I would be very grateful for any suggestions.


----------



## Delicious Manager

I have no idea what 'mail horn music' is. Is it simply music for the horn you can put into the post?


----------



## Aksel

It is Benjamin _Britten_ you're talking about, yes? Benjamin Button is the one with the curious case.

Also, this type of horn is called a post horn, not a mail horn. Its use in music is rather limited, as it is mainly an instrument blown to signal the arrival of the postman. However, Mozart did add a post horn solo in the second minuet of his ninth serenade for orchestra, K 320. It is also known as the Posthorn serenade.


----------



## Rasa

I think he's reffering to Post Horn.


*looks like I've been pre-empted.


----------



## Delicious Manager

Duh! I was being a bit slow there (and not deliberately obtuse).

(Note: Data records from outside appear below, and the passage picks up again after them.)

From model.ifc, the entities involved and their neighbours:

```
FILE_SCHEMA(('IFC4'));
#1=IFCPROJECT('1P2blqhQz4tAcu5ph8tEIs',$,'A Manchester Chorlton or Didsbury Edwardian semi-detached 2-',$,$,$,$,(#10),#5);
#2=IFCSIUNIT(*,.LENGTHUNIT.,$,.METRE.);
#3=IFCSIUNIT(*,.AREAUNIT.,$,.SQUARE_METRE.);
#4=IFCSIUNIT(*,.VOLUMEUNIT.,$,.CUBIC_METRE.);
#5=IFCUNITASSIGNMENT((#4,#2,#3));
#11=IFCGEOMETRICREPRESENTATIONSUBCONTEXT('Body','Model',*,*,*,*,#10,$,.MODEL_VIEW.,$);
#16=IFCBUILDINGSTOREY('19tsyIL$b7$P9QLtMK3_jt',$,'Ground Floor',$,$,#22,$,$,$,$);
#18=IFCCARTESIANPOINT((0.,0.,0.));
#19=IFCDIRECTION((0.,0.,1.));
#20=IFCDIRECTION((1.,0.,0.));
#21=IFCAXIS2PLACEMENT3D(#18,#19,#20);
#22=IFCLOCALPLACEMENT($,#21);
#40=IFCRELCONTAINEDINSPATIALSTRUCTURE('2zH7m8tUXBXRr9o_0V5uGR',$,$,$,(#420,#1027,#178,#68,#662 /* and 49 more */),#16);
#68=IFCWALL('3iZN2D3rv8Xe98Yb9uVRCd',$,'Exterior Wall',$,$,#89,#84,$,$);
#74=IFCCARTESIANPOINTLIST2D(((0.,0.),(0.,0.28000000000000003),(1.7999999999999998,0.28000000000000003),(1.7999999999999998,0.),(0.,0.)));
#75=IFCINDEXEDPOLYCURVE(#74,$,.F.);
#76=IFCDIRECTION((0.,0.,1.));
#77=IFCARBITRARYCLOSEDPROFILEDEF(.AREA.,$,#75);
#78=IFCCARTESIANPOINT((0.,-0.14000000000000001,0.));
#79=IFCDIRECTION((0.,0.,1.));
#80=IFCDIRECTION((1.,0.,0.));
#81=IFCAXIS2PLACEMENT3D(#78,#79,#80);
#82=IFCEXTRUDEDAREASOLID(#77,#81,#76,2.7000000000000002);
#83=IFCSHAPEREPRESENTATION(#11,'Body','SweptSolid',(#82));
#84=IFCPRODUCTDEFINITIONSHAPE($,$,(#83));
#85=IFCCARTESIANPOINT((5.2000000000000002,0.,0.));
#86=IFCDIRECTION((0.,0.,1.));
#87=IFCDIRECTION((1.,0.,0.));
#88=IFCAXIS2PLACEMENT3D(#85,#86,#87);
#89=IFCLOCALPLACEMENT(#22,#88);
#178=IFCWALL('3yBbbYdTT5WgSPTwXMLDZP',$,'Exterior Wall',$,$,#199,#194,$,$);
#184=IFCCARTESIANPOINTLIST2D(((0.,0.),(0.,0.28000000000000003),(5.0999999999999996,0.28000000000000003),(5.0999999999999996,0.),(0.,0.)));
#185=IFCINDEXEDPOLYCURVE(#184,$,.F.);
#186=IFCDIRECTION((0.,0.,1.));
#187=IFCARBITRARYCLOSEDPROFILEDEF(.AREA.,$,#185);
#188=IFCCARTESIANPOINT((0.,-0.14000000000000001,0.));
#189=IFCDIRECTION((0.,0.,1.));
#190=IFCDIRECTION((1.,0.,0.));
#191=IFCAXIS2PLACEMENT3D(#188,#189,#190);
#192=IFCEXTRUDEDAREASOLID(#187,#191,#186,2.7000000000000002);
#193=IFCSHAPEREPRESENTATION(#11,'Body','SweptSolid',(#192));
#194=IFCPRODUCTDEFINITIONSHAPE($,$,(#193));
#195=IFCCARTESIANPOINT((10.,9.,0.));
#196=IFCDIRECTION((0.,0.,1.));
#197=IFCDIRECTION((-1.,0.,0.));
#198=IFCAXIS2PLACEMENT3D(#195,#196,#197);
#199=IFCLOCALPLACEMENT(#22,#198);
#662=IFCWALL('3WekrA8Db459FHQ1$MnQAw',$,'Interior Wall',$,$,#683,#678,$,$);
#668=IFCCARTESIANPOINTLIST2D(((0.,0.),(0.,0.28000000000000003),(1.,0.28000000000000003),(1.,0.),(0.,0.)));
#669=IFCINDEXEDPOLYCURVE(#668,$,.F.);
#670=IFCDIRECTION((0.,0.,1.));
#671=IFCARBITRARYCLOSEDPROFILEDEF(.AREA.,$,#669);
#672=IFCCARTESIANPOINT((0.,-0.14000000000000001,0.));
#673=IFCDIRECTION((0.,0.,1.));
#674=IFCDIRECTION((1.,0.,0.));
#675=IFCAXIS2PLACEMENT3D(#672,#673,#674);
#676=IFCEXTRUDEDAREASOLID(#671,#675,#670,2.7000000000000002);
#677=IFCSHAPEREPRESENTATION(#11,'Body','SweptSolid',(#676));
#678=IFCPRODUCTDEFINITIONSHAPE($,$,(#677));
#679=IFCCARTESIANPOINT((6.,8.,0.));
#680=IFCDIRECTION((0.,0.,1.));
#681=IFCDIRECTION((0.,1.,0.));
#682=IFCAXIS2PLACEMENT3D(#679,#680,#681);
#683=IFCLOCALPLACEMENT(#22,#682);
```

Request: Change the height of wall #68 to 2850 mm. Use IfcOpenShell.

```python
import ifcopenshell
import ifcopenshell.geom
import ifcopenshell.util.representation
import ifcopenshell.util.shape
import ifcopenshell.util.unit

model = ifcopenshell.open("model.ifc")
unit_scale = ifcopenshell.util.unit.calculate_unit_scale(model)
settings = ifcopenshell.geom.settings()


def volume(element):
    """Net volume in cubic metres, openings subtracted."""
    shape = ifcopenshell.geom.create_shape(settings, element)
    return ifcopenshell.util.shape.get_volume(shape.geometry)


wall = model.by_guid("3iZN2D3rv8Xe98Yb9uVRCd")
before = volume(wall)

body = ifcopenshell.util.representation.get_representation(wall, "Model", "Body")
solid = body.Items[0]
old_height = solid.Depth
solid.Depth = 2.85 / unit_scale
after = volume(wall)

print(f"height {old_height:g} -> {solid.Depth:g}, volume {before:.3f} -> {after:.3f} m3")

model.write("model_edited.ifc")
```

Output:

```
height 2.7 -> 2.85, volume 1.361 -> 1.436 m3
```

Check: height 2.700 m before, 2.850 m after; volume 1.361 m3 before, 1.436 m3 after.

A very famous posthorn solo occurs in the third movement of Mahler's *Third Symphony*.


----------



## tomijew

Humblest apologise i ment Benjamin Britton, duh!

Thankyou for the information on composers influenced by the coach horn in the 19th century.

Any other suggestions would be welcomed


----------



## emiellucifuge

You still mean Benjamin Britten im sure.

Mozart also has the Serenade No. 9 'Posthorn Serenade' 
http://en.wikipedia.org/wiki/Serenade_No._9_(Mozart)


----------